Convergence criteria were set to be root mean square (RMS) less than 1.0 × 10⁻⁴. CFX uses the SIMPLEC (Semi-Implicit Method for Pressure Linked Equations-Consistent) algorithm [33] in the pressure-velocity coupling, therefore, several iterations were required within each timestep to make sure that the mass is conserved and the results are trustworthy. In the transient simulation presented in this manuscript, the transient solver is set to at least two times iteration within each timestep. The maximum number of coefficient loops should be less than 10 within each timestep. Adaptive timesteps were chosen resulting in an adjustable timestep with target coefficient loops between three and five iterations. The timestep was set to a maximum timestep of 1.0 × 10⁻³ s. A detailed discussion of the timestep can be seen in Section 4.1.2. The high-resolution second-order backward Euler scheme is adopted to discretize the transient term, ensuring an implicit time discretization. Time discretization adopted first-order discrete format.

Considering the symmetrical characteristic of fluid field in the direction of the blade span of the vertical axis turbine, as well as saving the time of calculation, this research conducted the 2D numerical simulation. Compared with unstructured mesh, structural mesh shows more advantages in convergence speed and simulation accuracy [34]. To maintain the accuracy of the results, the structural mesh is used for calculation. The O-type meshing method is fully utilized in the rotation domain and the outer domain meshing. The rotation domain adopts the O-O mesh division method, and the static domain adopts the H-O mesh division method [35]. A first layer thickness of 0.0001 m and 30 inflation layers are used with a growth ratio of 1.02. Detailed discussion about the mesh settings can be seen in Section 4.1.1. Since the flow field between the two rotors is very complicated, therefore, the mesh density between the rotors has been refined when editing the mesh.

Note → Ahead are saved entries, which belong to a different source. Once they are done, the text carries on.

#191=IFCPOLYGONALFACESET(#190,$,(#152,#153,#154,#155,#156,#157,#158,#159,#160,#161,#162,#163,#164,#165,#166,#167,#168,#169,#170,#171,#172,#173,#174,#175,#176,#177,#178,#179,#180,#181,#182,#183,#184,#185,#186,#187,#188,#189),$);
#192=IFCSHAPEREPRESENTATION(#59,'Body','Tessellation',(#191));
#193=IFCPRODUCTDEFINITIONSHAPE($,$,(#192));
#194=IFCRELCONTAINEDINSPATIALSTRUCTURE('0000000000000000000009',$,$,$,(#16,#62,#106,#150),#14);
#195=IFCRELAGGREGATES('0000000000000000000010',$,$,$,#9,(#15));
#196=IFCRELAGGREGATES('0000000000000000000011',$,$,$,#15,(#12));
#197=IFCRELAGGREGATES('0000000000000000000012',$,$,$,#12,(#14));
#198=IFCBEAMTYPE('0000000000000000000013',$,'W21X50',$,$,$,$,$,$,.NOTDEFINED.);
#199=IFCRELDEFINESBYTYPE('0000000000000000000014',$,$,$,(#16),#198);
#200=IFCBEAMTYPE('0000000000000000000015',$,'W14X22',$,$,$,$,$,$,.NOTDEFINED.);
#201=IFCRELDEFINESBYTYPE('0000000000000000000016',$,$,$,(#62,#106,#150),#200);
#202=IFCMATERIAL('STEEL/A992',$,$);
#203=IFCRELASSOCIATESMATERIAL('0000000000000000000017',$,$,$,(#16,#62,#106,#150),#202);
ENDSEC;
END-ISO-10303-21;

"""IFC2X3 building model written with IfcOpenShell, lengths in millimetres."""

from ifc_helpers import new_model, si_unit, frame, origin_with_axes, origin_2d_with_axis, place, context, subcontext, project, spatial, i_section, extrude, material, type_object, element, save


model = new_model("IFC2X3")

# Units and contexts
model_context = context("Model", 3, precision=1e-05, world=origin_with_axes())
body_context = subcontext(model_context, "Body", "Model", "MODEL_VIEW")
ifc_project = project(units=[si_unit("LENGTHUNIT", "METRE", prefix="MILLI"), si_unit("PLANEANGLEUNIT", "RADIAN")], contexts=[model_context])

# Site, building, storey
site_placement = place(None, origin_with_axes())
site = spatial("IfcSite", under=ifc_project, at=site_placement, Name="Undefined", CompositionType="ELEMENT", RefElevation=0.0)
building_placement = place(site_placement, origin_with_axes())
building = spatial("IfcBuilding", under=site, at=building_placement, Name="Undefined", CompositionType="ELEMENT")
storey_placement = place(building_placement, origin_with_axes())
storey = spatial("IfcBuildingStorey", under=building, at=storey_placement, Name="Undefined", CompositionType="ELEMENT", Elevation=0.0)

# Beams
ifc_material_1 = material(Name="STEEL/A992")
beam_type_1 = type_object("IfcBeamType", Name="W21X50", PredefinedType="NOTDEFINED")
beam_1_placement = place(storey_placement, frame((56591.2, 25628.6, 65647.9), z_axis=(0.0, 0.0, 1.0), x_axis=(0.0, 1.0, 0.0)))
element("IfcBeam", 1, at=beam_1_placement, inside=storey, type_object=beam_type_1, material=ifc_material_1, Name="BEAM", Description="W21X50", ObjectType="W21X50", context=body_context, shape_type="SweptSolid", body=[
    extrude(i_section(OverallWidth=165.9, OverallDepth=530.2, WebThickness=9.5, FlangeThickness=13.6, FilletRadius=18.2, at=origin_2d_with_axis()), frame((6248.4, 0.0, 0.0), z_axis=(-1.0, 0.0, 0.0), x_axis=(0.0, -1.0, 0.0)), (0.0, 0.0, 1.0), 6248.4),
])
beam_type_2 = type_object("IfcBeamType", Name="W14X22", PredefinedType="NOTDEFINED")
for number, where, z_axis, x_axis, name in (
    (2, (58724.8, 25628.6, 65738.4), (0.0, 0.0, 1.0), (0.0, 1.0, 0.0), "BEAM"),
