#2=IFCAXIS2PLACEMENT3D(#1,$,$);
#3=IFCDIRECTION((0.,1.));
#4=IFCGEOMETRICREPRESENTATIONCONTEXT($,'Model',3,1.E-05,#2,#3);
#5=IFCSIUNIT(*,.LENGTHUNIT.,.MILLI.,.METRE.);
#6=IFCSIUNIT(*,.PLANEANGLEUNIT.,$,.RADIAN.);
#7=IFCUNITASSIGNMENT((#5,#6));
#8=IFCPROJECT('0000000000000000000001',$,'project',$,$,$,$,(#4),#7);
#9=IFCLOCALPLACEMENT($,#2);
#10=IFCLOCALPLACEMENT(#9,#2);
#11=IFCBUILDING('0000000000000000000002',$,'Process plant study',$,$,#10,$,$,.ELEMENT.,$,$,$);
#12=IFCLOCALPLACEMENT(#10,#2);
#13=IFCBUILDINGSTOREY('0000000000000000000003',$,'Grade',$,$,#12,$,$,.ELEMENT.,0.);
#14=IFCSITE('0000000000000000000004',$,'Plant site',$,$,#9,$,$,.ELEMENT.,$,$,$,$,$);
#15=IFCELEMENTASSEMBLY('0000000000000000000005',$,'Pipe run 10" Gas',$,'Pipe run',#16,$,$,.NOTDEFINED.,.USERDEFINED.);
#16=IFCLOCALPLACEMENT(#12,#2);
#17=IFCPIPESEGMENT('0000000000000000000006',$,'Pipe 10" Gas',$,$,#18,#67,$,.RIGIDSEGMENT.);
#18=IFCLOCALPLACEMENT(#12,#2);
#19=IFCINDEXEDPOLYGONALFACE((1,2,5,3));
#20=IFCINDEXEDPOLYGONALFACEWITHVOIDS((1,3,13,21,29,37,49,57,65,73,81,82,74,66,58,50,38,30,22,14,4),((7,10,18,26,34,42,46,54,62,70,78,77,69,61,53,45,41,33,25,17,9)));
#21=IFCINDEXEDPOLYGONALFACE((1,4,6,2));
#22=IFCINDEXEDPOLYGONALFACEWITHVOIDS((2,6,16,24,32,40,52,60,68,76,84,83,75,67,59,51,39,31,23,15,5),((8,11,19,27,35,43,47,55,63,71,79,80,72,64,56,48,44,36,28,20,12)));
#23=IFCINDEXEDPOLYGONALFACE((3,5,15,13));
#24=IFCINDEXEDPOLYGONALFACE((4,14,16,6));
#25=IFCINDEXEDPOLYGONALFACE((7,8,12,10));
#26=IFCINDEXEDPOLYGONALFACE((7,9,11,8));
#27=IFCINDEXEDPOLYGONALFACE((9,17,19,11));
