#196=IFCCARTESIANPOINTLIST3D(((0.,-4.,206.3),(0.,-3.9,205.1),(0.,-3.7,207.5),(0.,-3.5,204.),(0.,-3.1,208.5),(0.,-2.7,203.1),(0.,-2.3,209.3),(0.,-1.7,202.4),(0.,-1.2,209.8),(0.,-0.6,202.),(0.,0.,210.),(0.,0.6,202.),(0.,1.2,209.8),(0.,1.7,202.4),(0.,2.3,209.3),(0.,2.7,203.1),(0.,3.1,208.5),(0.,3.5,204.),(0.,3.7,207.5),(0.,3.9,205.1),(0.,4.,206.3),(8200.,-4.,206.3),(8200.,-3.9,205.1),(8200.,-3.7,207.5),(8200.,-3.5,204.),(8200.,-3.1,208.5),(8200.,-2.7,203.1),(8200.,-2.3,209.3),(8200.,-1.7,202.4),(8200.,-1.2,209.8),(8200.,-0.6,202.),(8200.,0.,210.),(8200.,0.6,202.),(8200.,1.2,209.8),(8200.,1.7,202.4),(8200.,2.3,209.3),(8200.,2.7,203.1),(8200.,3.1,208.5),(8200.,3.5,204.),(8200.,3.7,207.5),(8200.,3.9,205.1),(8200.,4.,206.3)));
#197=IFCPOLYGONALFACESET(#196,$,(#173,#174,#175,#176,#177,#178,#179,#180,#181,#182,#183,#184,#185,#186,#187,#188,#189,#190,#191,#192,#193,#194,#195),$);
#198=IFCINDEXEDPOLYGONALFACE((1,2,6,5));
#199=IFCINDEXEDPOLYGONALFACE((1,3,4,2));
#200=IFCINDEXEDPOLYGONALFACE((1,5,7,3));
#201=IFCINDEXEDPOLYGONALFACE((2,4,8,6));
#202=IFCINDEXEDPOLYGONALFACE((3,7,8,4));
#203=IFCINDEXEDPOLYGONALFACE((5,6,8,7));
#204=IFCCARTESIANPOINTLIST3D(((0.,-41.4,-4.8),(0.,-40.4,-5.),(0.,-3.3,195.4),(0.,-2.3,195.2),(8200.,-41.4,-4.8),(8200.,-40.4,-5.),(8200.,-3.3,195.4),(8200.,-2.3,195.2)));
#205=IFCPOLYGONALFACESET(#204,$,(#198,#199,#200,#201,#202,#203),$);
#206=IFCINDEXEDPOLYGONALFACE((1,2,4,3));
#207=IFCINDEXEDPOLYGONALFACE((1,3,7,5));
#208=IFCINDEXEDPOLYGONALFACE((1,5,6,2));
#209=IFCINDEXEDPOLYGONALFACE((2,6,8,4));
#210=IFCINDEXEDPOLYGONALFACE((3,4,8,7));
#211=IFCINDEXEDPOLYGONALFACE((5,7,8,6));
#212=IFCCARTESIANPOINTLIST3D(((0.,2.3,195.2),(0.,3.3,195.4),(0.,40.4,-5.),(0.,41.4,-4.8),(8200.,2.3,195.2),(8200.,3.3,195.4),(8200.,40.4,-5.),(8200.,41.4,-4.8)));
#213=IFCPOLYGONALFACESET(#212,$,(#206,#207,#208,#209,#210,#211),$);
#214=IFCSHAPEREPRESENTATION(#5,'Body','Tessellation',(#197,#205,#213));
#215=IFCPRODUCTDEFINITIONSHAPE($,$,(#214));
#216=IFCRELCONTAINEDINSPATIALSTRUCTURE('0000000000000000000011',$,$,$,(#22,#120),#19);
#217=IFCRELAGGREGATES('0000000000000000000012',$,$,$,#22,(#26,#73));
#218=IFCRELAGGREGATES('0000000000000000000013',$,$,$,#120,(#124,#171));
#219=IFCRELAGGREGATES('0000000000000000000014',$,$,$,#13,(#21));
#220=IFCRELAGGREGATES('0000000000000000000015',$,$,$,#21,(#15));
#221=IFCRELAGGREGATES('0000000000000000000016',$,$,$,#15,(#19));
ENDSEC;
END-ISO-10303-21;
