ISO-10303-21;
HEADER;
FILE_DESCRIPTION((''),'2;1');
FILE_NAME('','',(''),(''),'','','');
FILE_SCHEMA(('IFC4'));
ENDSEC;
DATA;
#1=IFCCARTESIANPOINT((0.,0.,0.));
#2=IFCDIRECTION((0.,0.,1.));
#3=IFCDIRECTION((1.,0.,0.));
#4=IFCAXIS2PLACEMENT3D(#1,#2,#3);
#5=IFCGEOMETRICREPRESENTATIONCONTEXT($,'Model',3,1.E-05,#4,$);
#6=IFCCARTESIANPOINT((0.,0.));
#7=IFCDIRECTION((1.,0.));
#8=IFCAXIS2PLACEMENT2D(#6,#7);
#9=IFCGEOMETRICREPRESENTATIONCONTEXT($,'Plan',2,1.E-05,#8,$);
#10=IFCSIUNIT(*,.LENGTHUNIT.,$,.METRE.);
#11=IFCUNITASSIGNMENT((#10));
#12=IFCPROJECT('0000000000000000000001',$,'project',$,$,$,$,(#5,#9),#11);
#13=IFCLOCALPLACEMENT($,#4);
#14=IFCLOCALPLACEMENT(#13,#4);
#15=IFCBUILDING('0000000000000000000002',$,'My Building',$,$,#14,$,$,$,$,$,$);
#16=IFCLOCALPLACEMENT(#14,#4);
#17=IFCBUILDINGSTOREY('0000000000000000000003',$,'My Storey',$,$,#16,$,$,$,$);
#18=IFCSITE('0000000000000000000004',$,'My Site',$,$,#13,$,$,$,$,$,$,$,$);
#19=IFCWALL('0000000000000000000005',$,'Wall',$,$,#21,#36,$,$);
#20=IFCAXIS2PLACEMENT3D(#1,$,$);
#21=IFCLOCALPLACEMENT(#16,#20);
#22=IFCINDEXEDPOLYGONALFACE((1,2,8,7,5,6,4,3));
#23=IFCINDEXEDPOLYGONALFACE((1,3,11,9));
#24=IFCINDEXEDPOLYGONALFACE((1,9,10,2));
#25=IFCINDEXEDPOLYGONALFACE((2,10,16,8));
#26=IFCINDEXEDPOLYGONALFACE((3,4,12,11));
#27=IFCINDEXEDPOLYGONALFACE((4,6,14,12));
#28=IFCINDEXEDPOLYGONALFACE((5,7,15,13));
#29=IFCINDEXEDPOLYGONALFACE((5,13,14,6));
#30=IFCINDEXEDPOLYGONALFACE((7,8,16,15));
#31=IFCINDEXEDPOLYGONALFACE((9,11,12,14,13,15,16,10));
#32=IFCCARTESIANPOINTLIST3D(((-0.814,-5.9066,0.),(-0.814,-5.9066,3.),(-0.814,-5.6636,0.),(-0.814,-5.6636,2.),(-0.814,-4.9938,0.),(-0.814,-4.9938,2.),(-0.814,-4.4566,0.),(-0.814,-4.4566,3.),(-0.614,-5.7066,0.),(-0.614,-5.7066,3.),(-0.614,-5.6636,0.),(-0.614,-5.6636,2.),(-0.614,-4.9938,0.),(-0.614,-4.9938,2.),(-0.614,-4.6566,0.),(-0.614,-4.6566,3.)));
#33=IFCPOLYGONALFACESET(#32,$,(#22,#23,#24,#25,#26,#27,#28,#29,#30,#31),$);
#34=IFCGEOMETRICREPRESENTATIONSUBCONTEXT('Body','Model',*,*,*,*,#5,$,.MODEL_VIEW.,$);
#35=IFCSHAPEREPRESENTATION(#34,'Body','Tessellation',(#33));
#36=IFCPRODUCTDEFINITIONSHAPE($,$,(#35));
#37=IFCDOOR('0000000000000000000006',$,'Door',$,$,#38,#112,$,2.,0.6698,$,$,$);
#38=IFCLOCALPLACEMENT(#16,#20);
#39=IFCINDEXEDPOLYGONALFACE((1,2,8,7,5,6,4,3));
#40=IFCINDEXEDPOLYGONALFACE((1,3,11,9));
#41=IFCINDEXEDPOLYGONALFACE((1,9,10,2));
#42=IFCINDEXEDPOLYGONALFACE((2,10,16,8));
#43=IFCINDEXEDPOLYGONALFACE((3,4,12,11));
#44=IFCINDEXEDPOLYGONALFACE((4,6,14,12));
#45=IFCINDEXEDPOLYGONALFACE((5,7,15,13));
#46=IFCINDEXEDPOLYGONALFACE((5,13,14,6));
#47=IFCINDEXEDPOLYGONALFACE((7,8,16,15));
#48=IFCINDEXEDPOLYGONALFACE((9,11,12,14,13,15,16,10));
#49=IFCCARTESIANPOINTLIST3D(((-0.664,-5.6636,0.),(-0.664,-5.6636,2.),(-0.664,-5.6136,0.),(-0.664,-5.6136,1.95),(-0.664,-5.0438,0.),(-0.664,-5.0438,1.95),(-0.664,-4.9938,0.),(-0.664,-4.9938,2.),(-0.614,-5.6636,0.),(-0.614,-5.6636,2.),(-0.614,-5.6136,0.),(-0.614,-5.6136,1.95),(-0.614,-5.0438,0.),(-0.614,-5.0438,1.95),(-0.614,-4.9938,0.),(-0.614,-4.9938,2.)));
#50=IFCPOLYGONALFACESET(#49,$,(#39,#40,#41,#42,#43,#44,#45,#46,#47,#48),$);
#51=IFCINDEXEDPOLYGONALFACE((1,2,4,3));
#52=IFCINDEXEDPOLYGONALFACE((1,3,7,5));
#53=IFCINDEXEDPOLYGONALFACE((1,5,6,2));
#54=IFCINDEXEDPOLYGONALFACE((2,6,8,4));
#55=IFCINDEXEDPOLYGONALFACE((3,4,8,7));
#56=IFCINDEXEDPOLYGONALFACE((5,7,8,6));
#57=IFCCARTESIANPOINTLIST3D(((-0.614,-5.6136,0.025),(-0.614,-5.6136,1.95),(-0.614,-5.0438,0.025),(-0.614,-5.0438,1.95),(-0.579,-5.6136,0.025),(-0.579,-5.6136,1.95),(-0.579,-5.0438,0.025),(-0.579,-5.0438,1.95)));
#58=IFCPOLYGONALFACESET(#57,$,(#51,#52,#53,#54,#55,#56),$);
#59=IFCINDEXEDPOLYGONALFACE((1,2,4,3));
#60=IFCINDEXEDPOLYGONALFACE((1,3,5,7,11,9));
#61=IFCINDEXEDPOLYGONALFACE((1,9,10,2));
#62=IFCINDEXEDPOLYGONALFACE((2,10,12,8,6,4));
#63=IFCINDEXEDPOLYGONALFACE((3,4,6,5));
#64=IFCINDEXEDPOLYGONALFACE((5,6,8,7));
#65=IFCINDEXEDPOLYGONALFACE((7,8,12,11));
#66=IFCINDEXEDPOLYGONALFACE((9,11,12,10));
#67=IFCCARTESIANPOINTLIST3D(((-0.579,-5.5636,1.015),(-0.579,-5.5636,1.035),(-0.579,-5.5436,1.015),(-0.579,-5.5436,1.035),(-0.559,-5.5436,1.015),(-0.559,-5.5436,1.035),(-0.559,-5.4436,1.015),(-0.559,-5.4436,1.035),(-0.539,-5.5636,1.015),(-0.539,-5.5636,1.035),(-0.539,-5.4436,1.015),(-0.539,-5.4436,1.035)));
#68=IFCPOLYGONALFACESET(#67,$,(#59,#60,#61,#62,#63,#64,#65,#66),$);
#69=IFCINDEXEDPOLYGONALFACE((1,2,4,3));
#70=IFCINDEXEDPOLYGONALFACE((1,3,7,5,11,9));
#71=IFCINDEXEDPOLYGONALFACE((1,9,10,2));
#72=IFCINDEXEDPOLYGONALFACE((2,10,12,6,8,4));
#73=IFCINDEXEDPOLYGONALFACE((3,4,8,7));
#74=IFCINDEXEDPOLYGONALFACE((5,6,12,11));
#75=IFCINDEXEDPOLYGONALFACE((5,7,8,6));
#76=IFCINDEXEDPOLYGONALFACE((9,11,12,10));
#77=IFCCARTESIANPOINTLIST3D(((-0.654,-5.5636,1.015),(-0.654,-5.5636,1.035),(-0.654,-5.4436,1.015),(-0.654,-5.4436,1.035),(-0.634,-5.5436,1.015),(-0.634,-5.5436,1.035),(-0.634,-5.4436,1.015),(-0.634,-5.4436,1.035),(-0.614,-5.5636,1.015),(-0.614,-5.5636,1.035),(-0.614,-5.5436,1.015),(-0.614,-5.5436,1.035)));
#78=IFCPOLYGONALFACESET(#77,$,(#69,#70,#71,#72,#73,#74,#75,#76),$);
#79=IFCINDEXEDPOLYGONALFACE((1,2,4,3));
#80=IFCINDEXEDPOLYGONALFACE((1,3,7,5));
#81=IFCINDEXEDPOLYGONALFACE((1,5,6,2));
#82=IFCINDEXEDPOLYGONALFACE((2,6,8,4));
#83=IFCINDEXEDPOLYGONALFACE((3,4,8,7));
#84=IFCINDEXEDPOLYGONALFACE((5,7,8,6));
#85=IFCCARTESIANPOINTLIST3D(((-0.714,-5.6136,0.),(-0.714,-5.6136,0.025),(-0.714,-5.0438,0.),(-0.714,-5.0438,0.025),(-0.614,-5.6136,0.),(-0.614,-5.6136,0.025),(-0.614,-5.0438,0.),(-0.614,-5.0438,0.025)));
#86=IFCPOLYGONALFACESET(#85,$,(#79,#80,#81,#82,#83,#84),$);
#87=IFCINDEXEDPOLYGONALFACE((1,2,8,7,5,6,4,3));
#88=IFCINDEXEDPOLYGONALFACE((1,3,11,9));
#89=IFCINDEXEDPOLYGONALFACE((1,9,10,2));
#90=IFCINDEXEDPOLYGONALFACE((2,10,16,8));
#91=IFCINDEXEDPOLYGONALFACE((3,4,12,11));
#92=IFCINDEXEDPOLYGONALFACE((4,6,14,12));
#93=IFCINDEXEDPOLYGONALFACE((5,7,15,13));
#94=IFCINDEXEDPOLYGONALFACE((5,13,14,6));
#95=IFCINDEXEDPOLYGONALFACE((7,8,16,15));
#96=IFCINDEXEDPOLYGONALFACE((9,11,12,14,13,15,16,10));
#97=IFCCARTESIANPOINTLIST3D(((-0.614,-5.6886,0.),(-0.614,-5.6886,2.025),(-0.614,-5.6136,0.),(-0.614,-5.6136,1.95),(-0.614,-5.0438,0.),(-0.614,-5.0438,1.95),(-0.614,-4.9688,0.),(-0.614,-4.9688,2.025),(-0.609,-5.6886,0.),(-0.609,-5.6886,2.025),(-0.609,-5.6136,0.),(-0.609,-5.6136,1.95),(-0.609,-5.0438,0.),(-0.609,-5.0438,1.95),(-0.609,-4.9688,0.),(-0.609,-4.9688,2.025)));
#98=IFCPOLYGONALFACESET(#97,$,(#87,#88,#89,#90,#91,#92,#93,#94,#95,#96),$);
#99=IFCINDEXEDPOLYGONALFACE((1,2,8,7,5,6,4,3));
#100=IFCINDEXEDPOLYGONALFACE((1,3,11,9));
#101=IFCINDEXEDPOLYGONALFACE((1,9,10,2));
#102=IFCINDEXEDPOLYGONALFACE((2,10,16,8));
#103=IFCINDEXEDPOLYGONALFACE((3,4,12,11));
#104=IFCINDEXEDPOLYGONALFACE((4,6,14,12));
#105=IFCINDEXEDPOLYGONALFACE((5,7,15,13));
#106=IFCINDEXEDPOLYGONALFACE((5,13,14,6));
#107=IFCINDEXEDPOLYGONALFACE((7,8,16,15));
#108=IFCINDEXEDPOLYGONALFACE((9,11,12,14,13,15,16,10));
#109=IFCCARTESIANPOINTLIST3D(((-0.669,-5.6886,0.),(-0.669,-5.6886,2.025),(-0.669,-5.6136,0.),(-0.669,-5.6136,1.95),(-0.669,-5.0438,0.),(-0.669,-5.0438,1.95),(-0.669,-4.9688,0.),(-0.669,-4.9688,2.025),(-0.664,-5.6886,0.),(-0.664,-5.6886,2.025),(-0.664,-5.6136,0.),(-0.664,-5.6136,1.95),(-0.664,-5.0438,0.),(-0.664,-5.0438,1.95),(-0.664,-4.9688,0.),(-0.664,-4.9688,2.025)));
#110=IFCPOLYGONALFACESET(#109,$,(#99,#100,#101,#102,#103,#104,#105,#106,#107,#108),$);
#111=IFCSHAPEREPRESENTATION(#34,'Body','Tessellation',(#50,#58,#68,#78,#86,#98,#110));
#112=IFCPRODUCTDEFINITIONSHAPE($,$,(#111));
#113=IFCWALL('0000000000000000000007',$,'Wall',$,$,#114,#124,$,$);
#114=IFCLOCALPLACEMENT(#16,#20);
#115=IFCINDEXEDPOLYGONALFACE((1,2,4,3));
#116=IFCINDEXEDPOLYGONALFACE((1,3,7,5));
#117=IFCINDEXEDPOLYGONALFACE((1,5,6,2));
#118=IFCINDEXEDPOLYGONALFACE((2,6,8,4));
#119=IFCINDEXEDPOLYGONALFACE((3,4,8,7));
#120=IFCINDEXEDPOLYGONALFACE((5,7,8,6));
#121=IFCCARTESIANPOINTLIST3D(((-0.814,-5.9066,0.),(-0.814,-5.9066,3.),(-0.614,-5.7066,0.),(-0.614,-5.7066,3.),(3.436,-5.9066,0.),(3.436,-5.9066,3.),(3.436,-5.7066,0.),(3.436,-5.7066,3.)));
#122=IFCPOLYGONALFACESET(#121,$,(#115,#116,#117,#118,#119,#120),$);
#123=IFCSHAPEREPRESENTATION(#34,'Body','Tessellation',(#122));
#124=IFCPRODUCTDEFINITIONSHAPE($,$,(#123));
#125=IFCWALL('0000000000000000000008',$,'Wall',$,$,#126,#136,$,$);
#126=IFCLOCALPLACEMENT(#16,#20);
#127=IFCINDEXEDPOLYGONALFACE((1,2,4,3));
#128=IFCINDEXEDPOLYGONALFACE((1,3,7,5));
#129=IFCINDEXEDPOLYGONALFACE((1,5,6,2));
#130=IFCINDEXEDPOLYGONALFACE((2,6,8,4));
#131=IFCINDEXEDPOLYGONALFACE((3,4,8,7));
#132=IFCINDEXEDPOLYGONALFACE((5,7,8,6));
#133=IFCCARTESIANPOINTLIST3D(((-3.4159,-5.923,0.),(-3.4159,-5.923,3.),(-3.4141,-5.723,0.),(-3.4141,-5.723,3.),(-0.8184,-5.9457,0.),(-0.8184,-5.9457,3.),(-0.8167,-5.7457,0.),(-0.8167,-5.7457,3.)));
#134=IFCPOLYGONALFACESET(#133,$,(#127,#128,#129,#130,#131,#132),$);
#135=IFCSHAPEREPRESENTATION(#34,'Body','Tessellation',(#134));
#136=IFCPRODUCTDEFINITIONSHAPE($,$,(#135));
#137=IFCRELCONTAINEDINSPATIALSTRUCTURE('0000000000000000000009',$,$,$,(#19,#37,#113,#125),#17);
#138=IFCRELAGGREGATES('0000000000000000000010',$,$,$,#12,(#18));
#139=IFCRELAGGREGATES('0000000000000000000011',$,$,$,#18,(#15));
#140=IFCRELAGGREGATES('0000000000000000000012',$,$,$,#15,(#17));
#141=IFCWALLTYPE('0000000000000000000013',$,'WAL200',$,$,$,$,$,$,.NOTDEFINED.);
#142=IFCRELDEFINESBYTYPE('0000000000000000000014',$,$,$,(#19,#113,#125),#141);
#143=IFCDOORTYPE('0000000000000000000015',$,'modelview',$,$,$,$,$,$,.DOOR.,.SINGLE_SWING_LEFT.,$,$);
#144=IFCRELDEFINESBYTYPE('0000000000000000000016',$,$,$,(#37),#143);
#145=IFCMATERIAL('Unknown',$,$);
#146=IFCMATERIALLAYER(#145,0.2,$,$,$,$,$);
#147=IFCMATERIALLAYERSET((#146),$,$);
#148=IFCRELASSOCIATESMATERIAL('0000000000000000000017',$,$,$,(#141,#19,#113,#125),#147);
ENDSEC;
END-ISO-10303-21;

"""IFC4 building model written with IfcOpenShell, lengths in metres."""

from ifc_helpers import new_model, entity, si_unit, frame, origin_with_axes, origin_2d_with_axis, place, context, subcontext, project, spatial, line, indexed_curve, outline, extrude, shape, source, transform, mapped, material, layer, layer_set, layer_usage, type_object, type_shapes, element, fill, save


model = new_model("IFC4")

# Units and contexts
model_context = context("Model", 3, precision=1e-05, world=origin_with_axes())
plan_context = context("Plan", 2, precision=1e-05, world=origin_2d_with_axis())
body_context_1 = subcontext(model_context, "Body", "Model", "MODEL_VIEW")
body_context_2 = subcontext(plan_context, "Body", "Plan", "PLAN_VIEW")
ifc_project = project(units=[si_unit("LENGTHUNIT", "METRE")], contexts=[model_context, plan_context])

# Site, building, storey
site_placement = place(None, origin_with_axes())
site = spatial("IfcSite", under=ifc_project, at=site_placement, Name="My Site")
building_placement = place(site_placement, origin_with_axes())
building = spatial("IfcBuilding", under=site, at=building_placement, Name="My Building")
storey_placement = place(building_placement, origin_with_axes())
storey = spatial("IfcBuildingStorey", under=building, at=storey_placement, Name="My Storey")

# Shared definitions
ifc_material = material(Name="Unknown")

The mesh configuration settings are shown in Figure 4. The boundary condition settings are shown in Figure 5. The whole domain is divided into blade domain, rotation domain and outer domain, which is shown in Figure 4a–c. The two rotation domains of the twin rotors are arranged in the flow domain symmetrically with a certain distance. The outer domain and rotation domain are connected with interface and the relative motion between is realized by the sliding mesh technique. The interface type is the transient rotor-stator. The surface of the blade is set as non-slip wall and influenced by the fluid friction force. The outer side wall adopts the free sliding wall and the wall is not influenced by the fluid friction force.

The inlet is uniform flow and outlet is pressure opening. Several different turbulence intensities are implemented to investigate its influence on the hydrodynamic performance of the turbine. When the turbulence intensity increases from 0.5% to 15%, the average power output decreases by 0.6%. Turbulence intensity has very little effect on the hydrodynamic performance of the turbine, e.g., power output efficiency, but can cause larger blade forces fluctuations, as documented in [36]. Finally, the turbulence intensity 10% is adopted in the numerical simulation.

The numerical model of this paper is vertical axis twin-rotors. Two turbines have the same structural parameters, and they are parallel deployed with a certain distance in between. The diameter of the impeller is 8 m, the airfoil profile of the blade is NACA0018 (National Advisory Committee for Aeronautics), the chord length of blade is 1.476 m, each turbine has 3 blades, the solidity of $\sigma$ is 0.1751, the DIST is 9/4. The rotation direction of the two rotors is opposite, and the phase difference is 0. The blades pitch angle is fixed.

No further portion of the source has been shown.